After the Mexican-American War, Arizona became a United States possession in 1848. However, U.S. civilian immigration to the new territory was slow at first.
The American Indian nations were very powerful and did not allow themselves to be repressed during the Spanish Colonial and Mexican Republic eras. However, the United States ordered soldiers to invade Arizona and New Mexico to begin colonizing the Southwest, where a series of American Indian wars were fought that lasted into the 20th century.
In the late 1800s, shrewd rancher Henry Hooker took advantage of these violent conflicts and Arizona’s growing economy to found the Sierra Bonita Ranch, Arizona’s first U.S. cattle ranch.
Hooker named the ranch Sierra Bonita for the beautiful flowers covering the mountains and valleys. The valleys that surrounded the ranch were the route taken by the Apache to travel between the United States and Mexico.
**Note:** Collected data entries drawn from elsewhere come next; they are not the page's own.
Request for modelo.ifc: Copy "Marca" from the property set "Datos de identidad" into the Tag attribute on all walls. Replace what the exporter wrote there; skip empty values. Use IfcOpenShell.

First a look at what the model holds.

```python
import ifcopenshell
import ifcopenshell.util.element

model = ifcopenshell.open("modelo.ifc")
print(model.schema)
walls = model.by_type("IfcWall")
print(len(walls), "walls")
for e in walls[:8]:
    source = ifcopenshell.util.element.get_pset(e, "Datos de identidad", "Marca")
    target = e.Tag
    print(e.id(), repr(source), repr(target), sep=" | ")
```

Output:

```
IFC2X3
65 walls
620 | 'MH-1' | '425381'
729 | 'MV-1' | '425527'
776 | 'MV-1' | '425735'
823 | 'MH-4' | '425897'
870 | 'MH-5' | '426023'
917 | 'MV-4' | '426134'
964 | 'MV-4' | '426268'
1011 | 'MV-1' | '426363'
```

```python
import ifcopenshell
import ifcopenshell.util.element

model = ifcopenshell.open("modelo.ifc")

count = 0
for e in model.by_type("IfcWall"):
    value = ifcopenshell.util.element.get_pset(e, "Datos de identidad", "Marca")
    current = e.Tag
    if not value or not value.strip() or current == value:
        continue
    e.Tag = value
    count += 1

print(count, "walls updated")

model.write("modelo_edited.ifc")
```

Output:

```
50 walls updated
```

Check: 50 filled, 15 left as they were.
To protect himself from bandits, Hooker designed and built the main ranch house for his family and ranch workers. The previous Spanish hacienda was destroyed by the Apache but its structure was still there.
The main house is made of adobe, a very common material used in Hispanic constructions. The exterior walls are made of two rows of adobe bricks, following the classical Spanish colonial style, a U-shaped building that wraps around a central courtyard enclosed by a wall.
The Sierra Bonita ranch was a meeting place where government officials, scientists, authors, artists, and military men and women enjoyed its hospitality. The ranch also supplied beef to Army posts, mining camps, and Indian agencies. Because it was on the site of a destroyed Spanish hacienda, its architectural and cultural significance added it to the National Historic Landmark in 1964 and the National Register of Historic Places in 1966.